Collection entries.
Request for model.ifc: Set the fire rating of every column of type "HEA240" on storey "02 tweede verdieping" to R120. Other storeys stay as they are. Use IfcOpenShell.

First a look at what the model holds.

```python
import ifcopenshell
import ifcopenshell.util.element

model = ifcopenshell.open("model.ifc")
print(model.schema)
storey = next(s for s in model.by_type("IfcBuildingStorey") if s.Name == "02 tweede verdieping")
columns = [e for e in ifcopenshell.util.element.get_decomposition(storey) if e.is_a("IfcColumn")]
seen = {}
for e in columns:
    element_type = ifcopenshell.util.element.get_type(e)
    key = (element_type.Name if element_type != e and element_type else None, ifcopenshell.util.element.get_pset(e, "Pset_ColumnCommon", "FireRating"))
    seen[key] = seen.get(key, 0) + 1
for (name, value), count in sorted(seen.items(), key=str):
    print(count, "x", name, "|", value)
```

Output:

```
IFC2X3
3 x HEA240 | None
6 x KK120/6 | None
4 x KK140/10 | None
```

```python
import ifcopenshell
import ifcopenshell.api.pset
import ifcopenshell.util.element

model = ifcopenshell.open("model.ifc")

storey = next(s for s in model.by_type("IfcBuildingStorey") if s.Name == "02 tweede verdieping")
columns = [e for e in ifcopenshell.util.element.get_decomposition(storey) if e.is_a("IfcColumn")]

count = 0
for e in columns:
    element_type = ifcopenshell.util.element.get_type(e)
    if element_type in (None, e) or element_type.Name != "HEA240":
        continue
    found = ifcopenshell.util.element.get_pset(e, "Pset_ColumnCommon", should_inherit=False)
    if found:
        pset = model.by_id(found["id"])
        if len(ifcopenshell.util.element.get_elements_by_pset(pset)) > 1:
            pset = ifcopenshell.api.pset.unshare_pset(model, products=[e], pset=pset)[0]
    else:
        pset = ifcopenshell.api.pset.add_pset(model, product=e, name="Pset_ColumnCommon")
    ifcopenshell.api.pset.edit_pset(model, pset=pset, properties={"FireRating": "R120"})
    count += 1

print(count, "columns updated")

model.write("model_updated.ifc")
```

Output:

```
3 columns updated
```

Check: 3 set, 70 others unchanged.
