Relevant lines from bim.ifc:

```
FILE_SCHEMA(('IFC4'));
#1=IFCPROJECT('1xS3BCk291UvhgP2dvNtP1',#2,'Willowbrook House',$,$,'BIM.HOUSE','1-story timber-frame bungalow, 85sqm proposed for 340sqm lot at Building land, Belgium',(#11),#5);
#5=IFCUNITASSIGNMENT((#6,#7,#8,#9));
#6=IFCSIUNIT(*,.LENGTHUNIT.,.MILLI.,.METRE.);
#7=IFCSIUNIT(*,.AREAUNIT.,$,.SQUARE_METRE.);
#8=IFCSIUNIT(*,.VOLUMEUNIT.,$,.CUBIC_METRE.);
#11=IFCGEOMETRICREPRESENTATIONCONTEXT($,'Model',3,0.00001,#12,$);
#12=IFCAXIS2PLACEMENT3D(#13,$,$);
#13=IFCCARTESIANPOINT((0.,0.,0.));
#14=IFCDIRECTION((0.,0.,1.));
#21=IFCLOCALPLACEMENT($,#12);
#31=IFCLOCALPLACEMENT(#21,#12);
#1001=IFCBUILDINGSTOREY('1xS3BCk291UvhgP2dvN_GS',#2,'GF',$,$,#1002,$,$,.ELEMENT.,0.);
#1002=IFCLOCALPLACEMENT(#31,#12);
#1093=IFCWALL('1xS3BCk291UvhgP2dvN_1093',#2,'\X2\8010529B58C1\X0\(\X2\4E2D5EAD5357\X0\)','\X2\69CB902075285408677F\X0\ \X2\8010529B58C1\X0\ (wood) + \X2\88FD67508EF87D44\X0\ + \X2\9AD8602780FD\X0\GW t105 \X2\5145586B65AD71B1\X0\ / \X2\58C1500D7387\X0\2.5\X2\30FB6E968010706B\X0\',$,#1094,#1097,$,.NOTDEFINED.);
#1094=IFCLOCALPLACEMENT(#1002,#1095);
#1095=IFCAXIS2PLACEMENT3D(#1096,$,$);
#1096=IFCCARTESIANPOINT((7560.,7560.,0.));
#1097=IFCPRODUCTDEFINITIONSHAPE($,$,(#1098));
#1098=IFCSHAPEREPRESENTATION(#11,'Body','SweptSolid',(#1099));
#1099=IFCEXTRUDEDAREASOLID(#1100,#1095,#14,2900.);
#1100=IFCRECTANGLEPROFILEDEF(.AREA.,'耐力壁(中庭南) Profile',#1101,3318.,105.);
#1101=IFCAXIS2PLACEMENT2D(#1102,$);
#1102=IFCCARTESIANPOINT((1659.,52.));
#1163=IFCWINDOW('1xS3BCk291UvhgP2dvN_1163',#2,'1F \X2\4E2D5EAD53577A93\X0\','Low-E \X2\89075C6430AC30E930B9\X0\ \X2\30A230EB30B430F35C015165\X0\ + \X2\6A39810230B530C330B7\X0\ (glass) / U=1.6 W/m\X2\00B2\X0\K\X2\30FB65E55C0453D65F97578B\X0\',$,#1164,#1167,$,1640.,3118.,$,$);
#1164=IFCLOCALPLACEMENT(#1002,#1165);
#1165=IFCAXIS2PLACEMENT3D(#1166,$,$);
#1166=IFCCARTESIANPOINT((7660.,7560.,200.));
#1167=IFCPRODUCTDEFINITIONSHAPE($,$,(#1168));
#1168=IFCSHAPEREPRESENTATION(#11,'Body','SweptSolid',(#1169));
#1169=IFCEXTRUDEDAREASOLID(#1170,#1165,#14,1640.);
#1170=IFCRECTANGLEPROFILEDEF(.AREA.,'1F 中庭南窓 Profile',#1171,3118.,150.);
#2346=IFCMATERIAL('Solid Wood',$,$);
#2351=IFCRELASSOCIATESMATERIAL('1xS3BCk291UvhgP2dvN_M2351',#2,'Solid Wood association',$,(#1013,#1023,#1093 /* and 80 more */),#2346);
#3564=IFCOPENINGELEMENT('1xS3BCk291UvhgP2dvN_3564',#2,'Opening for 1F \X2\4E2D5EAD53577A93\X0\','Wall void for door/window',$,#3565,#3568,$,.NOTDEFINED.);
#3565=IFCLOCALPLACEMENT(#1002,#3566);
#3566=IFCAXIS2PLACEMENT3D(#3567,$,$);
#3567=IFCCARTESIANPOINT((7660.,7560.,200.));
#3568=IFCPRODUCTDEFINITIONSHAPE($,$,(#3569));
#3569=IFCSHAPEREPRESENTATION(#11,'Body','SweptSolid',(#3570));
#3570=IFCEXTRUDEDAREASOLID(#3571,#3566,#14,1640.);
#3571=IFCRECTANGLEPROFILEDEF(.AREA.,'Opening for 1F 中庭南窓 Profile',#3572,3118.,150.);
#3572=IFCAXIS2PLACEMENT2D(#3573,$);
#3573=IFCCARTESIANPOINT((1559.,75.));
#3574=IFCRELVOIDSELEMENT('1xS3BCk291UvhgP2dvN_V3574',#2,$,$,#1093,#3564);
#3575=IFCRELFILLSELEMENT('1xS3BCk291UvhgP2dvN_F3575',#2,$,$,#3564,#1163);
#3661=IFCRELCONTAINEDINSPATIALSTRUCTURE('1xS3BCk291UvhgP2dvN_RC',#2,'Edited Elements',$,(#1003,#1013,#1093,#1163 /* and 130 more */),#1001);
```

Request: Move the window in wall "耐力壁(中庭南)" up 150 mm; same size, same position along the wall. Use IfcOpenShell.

```python
import numpy as np
import ifcopenshell
import ifcopenshell.api.geometry
import ifcopenshell.util.placement
import ifcopenshell.util.unit

model = ifcopenshell.open("bim.ifc")
unit_scale = ifcopenshell.util.unit.calculate_unit_scale(model)

window = model.by_guid("1xS3BCk291UvhgP2dvN_1163")
opening = window.FillsVoids[0].RelatingOpeningElement
dz = 150.0

shift = np.array([0.0, 0.0, dz])
# The window is not placed relative to its opening, so move both.
for product in (opening, window):
    matrix = ifcopenshell.util.placement.get_local_placement(product.ObjectPlacement)
    matrix[:3, 3] += shift
    ifcopenshell.api.geometry.edit_object_placement(model, product=product, matrix=matrix, is_si=False)

print(f"moved by {dz * unit_scale:+.3f} m")

model.write("bim_v2.ifc")
```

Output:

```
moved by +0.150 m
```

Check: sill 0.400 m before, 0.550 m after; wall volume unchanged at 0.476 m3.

Exercise. From the entries above, select each line containing the string "Profile".

Output of the task.
#1100=IFCRECTANGLEPROFILEDEF(.AREA.,'耐力壁(中庭南) Profile',#1101,3318.,105.);
#1170=IFCRECTANGLEPROFILEDEF(.AREA.,'1F 中庭南窓 Profile',#1171,3118.,150.);
#3571=IFCRECTANGLEPROFILEDEF(.AREA.,'Opening for 1F 中庭南窓 Profile',#3572,3118.,150.);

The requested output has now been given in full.